Sehr geehrte Damen und Herren.

Biologisch abbaubare Kunststoffe, die nach der Europäischen Norm EN13432 zertifiziert sind und ein offizielles Kennzeichen dieser Konformität tragen, sind im Zuge der Rotte in einem der Österr. Kompostverordnung (BGBl. II Nr. 292/2001) entsprechenden Behandlungsprozess gemeinsam mit anderem Bioabfall vollständig biologisch abbaubar und stören den Kompostierungsvorgang nicht. Das wird durch das mehrstufige Prüfschema der EN13432 explizit sicher gestellt.

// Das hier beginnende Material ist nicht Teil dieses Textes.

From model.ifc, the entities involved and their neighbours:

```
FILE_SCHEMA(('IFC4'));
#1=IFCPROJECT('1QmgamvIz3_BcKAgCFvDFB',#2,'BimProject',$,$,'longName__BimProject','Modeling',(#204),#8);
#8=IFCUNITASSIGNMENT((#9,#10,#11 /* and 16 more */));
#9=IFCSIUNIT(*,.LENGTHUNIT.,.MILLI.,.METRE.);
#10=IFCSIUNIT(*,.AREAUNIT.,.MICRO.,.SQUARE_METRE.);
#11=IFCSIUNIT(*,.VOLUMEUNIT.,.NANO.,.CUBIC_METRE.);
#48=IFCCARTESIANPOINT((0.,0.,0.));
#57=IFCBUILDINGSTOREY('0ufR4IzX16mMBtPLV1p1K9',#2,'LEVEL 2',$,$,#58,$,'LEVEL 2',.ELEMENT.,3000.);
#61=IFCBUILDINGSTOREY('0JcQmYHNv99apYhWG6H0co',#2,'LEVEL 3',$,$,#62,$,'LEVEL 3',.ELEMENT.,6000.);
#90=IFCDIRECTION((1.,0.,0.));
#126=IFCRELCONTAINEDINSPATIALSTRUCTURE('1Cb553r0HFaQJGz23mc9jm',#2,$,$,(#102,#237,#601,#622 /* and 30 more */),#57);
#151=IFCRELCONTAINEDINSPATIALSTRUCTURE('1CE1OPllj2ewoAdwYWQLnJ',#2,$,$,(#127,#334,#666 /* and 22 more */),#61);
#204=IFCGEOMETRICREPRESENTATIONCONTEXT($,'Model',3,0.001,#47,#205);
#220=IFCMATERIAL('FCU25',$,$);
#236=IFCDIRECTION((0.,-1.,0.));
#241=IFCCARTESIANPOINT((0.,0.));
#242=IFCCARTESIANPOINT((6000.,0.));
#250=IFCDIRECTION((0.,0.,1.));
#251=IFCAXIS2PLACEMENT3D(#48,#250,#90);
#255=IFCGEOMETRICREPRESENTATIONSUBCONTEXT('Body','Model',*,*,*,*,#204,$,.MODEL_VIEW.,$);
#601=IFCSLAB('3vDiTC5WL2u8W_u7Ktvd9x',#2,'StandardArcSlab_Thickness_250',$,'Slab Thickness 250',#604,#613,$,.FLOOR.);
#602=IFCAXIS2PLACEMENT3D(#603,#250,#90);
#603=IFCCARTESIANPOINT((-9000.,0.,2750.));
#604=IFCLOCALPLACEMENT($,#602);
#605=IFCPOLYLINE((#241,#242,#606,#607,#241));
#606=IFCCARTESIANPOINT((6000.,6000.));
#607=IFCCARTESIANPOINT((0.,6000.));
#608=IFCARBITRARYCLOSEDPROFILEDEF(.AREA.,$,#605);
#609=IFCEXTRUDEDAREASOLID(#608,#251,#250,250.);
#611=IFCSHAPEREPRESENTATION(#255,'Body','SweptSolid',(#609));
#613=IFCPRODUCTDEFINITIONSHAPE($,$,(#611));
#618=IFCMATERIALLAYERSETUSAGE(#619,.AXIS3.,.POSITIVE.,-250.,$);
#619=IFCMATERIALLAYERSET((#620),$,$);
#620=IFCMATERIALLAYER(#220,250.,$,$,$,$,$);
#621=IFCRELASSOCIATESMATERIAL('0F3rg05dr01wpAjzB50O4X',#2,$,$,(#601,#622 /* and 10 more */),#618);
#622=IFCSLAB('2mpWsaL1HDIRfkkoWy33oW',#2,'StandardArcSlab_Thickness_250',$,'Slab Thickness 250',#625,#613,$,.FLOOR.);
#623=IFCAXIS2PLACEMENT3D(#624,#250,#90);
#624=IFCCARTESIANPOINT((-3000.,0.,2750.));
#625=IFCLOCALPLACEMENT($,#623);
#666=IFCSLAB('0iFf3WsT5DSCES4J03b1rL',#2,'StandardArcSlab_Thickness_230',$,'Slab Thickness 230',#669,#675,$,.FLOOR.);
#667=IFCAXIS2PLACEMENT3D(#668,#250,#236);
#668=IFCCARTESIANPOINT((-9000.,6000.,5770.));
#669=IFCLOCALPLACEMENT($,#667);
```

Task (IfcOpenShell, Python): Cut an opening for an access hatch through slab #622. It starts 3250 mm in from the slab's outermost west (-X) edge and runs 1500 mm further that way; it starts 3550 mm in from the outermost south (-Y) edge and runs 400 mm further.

```python
import numpy as np
import ifcopenshell
import ifcopenshell.api.feature
import ifcopenshell.api.geometry
import ifcopenshell.api.root
import ifcopenshell.geom
import ifcopenshell.util.placement
import ifcopenshell.util.representation
import ifcopenshell.util.shape
import ifcopenshell.util.unit

model = ifcopenshell.open("model.ifc")
unit_scale = ifcopenshell.util.unit.calculate_unit_scale(model)
settings = ifcopenshell.geom.settings()


def volume(element):
    """Net volume in cubic metres, openings subtracted."""
    shape = ifcopenshell.geom.create_shape(settings, element)
    return ifcopenshell.util.shape.get_volume(shape.geometry)


slab = model.by_guid("2mpWsaL1HDIRfkkoWy33oW")
before = volume(slab)

# Extent in the slab's own axes, in metres. The edges named are its -X and -Y sides.
slab_shape = ifcopenshell.geom.create_shape(settings, slab)
vertices = ifcopenshell.util.shape.get_vertices(slab_shape.geometry)
x_min, y_min, bottom = vertices.min(axis=0)
top = vertices[:, 2].max()

opening = ifcopenshell.api.root.create_entity(model, ifc_class="IfcOpeningElement", name="Access hatch opening", predefined_type="OPENING")
context = ifcopenshell.util.representation.get_context(model, "Model", "Body", "MODEL_VIEW")
width, depth = 1.5, 0.4
outline = [(0.0, 0.0), (width, 0.0), (width, depth), (0.0, depth), (0.0, 0.0)]
# Overshoot both faces by 50 mm so the cut is clean.
shape = ifcopenshell.api.geometry.add_slab_representation(
    model, context=context, depth=top - bottom + 0.1, polyline=outline
)
ifcopenshell.api.geometry.assign_representation(model, product=opening, representation=shape)

matrix = ifcopenshell.util.placement.get_local_placement(slab.ObjectPlacement)
matrix[:, 3] = matrix @ np.append(np.array([x_min + 3.25, y_min + 3.55, bottom - 0.05]) / unit_scale, 1.0)
ifcopenshell.api.geometry.edit_object_placement(model, product=opening, matrix=matrix, is_si=False)
ifcopenshell.api.feature.add_feature(model, feature=opening, element=slab)

after = volume(slab)

print(f"slab volume {before:.3f} -> {after:.3f} m3")

model.write("model_v2.ifc")
```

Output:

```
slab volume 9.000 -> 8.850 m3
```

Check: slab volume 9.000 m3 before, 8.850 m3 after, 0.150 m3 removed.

Diese EN13432-zertifizierten Kunststoffe können also, aus technischer Sicht, gemeinsam mit anderem Bioabfall gesammelt und problemlos verwertet werden.

Aus ethischen Gründen bzw. aus Sicht einer zukunftsfähigen und tatsächlich nachhaltigen Gesellschaft ist es jedoch nicht wünschenswert, Einwegprodukte aus konventionellem Kunststoff durch Einwegprodukte aus biologisch abbaubarem Kunststoff zu ersetzen. Wie bereits 1994 von der Europäischen Union festgehalten und empfohlen (94/62/EG), sind neben der Vermeidung, insbesondere der Mehrfachverwendung und dem zumindest gleichwertigem stofflichen Recycling die höchsten Prioritäten zuzuordnen. Im Widerspruch zu dieser Empfehlung hat sich der Kunststoffkonsum in den letzten ca. 25 Jahren vervielfacht.

Das gegenwärtig in öffentlichen Medien breit diskutierte und mittlerweile allseits bekannte Problem der Kunststoffreste in der Umwelt (auch unter dem Summenbegriff Mikroplastik) ist durch den nicht korrekten Umgang mit konventionellen, auf eine möglichst hohe Widerstandsfähigkeit hin optimierten Kunststoffen zurückzuführen. Dieses Problem gäbe es
nicht, wären

1) diese Kunststoffe nicht in die Umwelt gelangt

und

2) die in die Umwelt gelangten Kunststoffe nicht so widerstandsfähig, wie sie es sind.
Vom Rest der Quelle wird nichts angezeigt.